Его разместили в избе для «сирот», в отдельном чуланчике. Послушник принёс кувшин с клюквенной водой и светильник, молча поклонился и затворил за собой дверь. Акинфий Никитич скинул шубу на топчан, лёг и вытянулся. Где-то стрекотал сверчок. Из-за стенки доносились тихие голоса. Изба была полна беглого народа: многие раскольники, сорванные с мест «выгонкой», пробирались в Невьянск и обретали приют в «стае» Павольги. И в полумраке чулана Акинфия Никитича вдруг охватил непривычный покой. Здесь, в «стае», нет ожесточения духа, нет борьбы, что выстраивала всю жизнь на горных заводах. Здесь все ответы уже получены. Здесь мир.
Акинфий Никитич лежал и думал о своих бедах. Да, он отвёл Ваську к демону, но ведь Васька сам настырно лез в заводские дела. Он, Акинфий Никитич, отпихивал его – а Васька не унимался. И с демоном Ваське было не разминуться. Всё к этому катилось. Он, Акинфий Демидов, ещё пощадил племянника: выволок из подвала, не дал демону дожрать жертву и сжечь.
А Невьяна… Она же не дура: знает и правила, и нравы. Знает, в какой вертеп превратилось семейство Демидовых в Туле. Знает, как созидаются заводы, – сама носила взятки Бирону и переправляла тайные письма. Уж ей-то ведома истина: заводы стоят на мертвецах. Ведомо, что натура и держава, народ и судьба человеческая – это косная твердь, которую не побудить к творению никаким добром. Такую жестокую правду и должен был усвоить Васька, но не усвоил. А Невьяна должна была всё принять, но не приняла. И сейчас Акинфия Никитича душила тоска неизбывного одиночества.
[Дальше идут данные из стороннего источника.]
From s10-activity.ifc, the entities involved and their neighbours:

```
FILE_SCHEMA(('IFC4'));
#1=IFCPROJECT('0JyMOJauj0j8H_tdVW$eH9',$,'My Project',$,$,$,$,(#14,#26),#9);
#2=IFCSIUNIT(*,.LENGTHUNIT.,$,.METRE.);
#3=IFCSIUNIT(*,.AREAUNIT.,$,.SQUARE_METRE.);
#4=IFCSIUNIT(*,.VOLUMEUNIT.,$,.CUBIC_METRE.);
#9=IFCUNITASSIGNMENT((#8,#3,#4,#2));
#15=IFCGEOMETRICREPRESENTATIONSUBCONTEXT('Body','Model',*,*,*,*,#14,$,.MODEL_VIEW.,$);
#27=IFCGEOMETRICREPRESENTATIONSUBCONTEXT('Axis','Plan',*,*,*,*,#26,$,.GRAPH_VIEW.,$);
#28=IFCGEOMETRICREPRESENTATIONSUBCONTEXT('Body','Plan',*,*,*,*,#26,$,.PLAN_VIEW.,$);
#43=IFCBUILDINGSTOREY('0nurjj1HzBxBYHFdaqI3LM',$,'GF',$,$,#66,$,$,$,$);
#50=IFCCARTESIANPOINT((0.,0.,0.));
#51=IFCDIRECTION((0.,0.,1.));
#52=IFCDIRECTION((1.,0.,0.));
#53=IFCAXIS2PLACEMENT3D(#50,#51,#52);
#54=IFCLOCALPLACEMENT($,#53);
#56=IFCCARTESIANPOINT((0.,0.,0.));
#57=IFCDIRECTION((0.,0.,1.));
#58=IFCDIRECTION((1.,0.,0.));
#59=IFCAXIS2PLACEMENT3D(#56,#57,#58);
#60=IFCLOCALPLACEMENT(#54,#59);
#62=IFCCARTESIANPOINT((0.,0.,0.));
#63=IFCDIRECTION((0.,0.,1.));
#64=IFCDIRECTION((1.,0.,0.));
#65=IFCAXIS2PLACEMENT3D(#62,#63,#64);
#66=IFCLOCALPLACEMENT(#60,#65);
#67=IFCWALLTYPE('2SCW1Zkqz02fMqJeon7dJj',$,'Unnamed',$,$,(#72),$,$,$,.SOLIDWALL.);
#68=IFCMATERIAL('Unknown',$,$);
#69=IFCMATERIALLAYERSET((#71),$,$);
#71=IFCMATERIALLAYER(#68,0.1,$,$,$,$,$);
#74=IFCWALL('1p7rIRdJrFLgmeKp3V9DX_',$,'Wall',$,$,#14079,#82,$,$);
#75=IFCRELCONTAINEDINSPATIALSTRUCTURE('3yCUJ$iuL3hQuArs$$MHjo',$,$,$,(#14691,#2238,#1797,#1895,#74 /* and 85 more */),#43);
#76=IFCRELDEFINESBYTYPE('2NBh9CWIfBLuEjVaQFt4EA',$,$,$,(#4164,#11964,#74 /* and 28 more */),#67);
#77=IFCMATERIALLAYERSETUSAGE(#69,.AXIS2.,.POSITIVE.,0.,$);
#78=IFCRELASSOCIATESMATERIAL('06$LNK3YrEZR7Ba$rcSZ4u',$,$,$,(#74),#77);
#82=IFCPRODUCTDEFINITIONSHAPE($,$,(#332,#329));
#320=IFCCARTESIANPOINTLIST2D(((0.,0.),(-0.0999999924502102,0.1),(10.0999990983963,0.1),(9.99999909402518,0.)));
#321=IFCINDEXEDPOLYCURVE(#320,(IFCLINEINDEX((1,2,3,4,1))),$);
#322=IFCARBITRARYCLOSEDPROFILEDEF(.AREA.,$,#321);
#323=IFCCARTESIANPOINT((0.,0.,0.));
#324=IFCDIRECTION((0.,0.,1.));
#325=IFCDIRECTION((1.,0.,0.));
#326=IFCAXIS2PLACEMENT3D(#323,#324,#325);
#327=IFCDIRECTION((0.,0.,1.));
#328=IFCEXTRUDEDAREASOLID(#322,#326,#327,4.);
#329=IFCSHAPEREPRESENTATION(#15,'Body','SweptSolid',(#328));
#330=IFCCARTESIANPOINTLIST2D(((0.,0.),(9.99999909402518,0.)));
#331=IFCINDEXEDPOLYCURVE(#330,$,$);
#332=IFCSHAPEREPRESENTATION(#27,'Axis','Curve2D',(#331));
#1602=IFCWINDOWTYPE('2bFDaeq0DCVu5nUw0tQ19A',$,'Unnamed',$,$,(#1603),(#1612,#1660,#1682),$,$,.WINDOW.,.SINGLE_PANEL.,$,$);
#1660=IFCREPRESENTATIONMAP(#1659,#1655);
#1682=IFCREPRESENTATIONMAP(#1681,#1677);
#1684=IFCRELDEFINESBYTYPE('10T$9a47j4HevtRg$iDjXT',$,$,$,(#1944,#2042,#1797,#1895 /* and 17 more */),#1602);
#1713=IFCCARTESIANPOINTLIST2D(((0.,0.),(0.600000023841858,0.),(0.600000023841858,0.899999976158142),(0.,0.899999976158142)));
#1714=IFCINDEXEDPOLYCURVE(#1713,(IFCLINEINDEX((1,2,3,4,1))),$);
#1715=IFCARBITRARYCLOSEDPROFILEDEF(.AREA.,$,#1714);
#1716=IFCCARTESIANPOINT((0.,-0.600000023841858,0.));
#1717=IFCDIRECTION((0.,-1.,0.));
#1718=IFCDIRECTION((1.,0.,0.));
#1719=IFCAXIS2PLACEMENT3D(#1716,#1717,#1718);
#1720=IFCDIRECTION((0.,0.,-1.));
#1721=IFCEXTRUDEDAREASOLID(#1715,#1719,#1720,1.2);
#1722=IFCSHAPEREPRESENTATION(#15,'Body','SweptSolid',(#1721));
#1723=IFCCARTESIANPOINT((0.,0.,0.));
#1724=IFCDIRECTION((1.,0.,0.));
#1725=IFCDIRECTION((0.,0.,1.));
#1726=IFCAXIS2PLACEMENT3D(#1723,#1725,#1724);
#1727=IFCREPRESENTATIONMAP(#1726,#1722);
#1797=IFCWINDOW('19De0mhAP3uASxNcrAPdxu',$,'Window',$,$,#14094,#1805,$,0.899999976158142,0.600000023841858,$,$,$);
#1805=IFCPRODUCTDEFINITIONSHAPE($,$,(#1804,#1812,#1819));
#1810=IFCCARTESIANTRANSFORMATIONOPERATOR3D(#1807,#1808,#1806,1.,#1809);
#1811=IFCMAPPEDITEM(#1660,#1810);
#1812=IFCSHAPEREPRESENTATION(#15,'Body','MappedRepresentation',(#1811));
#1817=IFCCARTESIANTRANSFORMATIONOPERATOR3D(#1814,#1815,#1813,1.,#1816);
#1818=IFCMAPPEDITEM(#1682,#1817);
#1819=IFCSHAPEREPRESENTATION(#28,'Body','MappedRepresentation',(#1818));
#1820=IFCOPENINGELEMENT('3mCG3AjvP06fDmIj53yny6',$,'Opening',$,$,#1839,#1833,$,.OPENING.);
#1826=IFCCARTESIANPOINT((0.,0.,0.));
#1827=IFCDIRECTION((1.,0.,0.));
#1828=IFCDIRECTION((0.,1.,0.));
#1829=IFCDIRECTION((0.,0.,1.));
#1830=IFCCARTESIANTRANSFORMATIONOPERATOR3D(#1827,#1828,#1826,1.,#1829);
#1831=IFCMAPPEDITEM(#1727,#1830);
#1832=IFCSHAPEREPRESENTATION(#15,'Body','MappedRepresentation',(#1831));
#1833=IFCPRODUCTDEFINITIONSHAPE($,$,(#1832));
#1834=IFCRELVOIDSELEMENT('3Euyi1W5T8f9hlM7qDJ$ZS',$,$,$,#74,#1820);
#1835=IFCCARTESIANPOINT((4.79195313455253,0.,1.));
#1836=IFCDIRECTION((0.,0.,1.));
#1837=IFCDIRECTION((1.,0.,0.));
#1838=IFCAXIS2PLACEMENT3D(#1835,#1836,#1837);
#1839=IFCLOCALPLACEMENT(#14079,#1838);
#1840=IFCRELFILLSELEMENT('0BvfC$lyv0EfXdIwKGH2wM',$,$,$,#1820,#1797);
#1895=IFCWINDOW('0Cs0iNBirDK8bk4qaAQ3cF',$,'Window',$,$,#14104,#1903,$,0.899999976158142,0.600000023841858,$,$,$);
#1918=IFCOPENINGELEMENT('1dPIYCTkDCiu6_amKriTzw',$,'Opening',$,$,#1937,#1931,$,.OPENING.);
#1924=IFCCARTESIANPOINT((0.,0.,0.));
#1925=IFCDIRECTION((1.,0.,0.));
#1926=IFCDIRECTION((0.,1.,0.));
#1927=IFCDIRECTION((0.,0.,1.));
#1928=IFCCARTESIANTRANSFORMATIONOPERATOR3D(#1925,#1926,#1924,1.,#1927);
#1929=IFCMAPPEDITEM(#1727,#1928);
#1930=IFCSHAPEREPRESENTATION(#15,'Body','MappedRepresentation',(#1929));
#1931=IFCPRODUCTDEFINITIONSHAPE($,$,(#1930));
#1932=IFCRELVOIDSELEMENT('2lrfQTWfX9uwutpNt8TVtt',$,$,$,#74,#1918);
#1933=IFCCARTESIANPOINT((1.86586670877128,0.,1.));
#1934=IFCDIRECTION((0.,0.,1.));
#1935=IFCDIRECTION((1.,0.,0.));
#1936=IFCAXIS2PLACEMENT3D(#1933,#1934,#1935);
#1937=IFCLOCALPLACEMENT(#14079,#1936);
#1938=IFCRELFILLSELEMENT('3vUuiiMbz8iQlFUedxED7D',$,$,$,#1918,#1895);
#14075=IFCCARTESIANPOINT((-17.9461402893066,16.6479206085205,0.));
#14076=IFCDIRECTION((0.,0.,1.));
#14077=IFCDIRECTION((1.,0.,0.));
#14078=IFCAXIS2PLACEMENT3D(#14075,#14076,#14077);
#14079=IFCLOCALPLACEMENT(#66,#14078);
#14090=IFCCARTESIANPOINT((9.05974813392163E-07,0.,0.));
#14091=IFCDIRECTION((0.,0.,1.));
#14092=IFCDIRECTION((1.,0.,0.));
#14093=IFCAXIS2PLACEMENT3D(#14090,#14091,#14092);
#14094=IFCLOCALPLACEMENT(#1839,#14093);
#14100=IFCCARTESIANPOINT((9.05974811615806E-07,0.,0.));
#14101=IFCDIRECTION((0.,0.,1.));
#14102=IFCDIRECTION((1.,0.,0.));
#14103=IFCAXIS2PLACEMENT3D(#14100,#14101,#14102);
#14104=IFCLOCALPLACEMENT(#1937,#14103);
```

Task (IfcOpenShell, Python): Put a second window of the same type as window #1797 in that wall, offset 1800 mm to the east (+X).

```python
import ifcopenshell
import ifcopenshell.api.feature
import ifcopenshell.api.geometry
import ifcopenshell.api.root
import ifcopenshell.geom
import ifcopenshell.util.element
import ifcopenshell.util.placement
import ifcopenshell.util.shape
import ifcopenshell.util.unit

model = ifcopenshell.open("s10-activity.ifc")
unit_scale = ifcopenshell.util.unit.calculate_unit_scale(model)
settings = ifcopenshell.geom.settings()


def volume(element):
    """Net volume in cubic metres, openings subtracted."""
    shape = ifcopenshell.geom.create_shape(settings, element)
    return ifcopenshell.util.shape.get_volume(shape.geometry)


window = model.by_guid("19De0mhAP3uASxNcrAPdxu")
opening = window.FillsVoids[0].RelatingOpeningElement
wall = opening.VoidsElements[0].RelatingBuildingElement
before = volume(wall)
shift = ifcopenshell.util.placement.get_local_placement(wall.ObjectPlacement)[:3, 0] * 1.8 / unit_scale

# copy_class copies the void relationship, type, container and properties, but no geometry.
new_opening = ifcopenshell.api.root.copy_class(model, product=opening)
new_opening.Representation = ifcopenshell.util.element.copy_deep(
    model, opening.Representation, exclude=["IfcGeometricRepresentationContext", "IfcRepresentationMap"]
)
new_window = ifcopenshell.api.root.copy_class(model, product=window)
new_window.Representation = ifcopenshell.util.element.copy_deep(
    model, window.Representation, exclude=["IfcGeometricRepresentationContext", "IfcRepresentationMap"]
)
ifcopenshell.api.feature.add_filling(model, opening=new_opening, element=new_window)

for old, new in ((opening, new_opening), (window, new_window)):
    matrix = ifcopenshell.util.placement.get_local_placement(old.ObjectPlacement)
    matrix[:3, 3] += shift
    ifcopenshell.api.geometry.edit_object_placement(model, product=new, matrix=matrix, is_si=False)

after = volume(wall)

print(f"wall volume {before:.3f} -> {after:.3f} m3")

model.write("s10-activity_rev.ifc")
```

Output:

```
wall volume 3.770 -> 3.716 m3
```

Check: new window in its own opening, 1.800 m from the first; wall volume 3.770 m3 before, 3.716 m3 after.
Он не заметил, как заснул. А проснулся от резкого стука – за стенкой кто-то что-то уронил. Трудно было сообразить, сколько времени пролетело, но светильник уже погас. Акинфий Никитич поднялся, впотьмах набросил на плечи свою шубу и нашарил скобу на двери чулана.
От ночного уличного холода перехватило дыхание. Обширное подворье было пустым. Под луной искрился истоптанный снег. Избы «сирот» темнели словно стога, а в слюдяных оконницах многосоставного общежительства кое-где тлели огоньки лучин. Акинфий Никитич направился к Свято-Троицкой часовне: большая, как дом, она стояла на отшибе. Хрустя снегом в тишине, Акинфий Никитич проходил мимо крылечек, лесенок, взвозов и простенков; соединённая «стая» казалась плотно сросшимся бревенчатым городком.
За углом открылась часовня. Почему-то со всех сторон она, будто для тепла, была высоко обложена вязанками хвороста. От часовни навстречу Акинфию Никитичу по дорожке меж сугробов пробиралась сама Павольга.
– Как Василий? – останавливаясь, спросил Акинфий Никитич.
Павольга тоже остановилась. Она смотрела на Акинфия Никитича так, будто раньше никогда его не видела, но не осуждая, а как бы изучая.
– Не одолели мы злого духа, – сказала она. – Святой водой и кропили, и поили, крест прикладывали, молитвы уже по третьему кругу читают, а душу из плена не вырвали. Твой Василий – как отрок малоумный. Не вступается Господь. Не вернуть нам тебе племянника, Акинфий. Слабы мы пред Сатаной.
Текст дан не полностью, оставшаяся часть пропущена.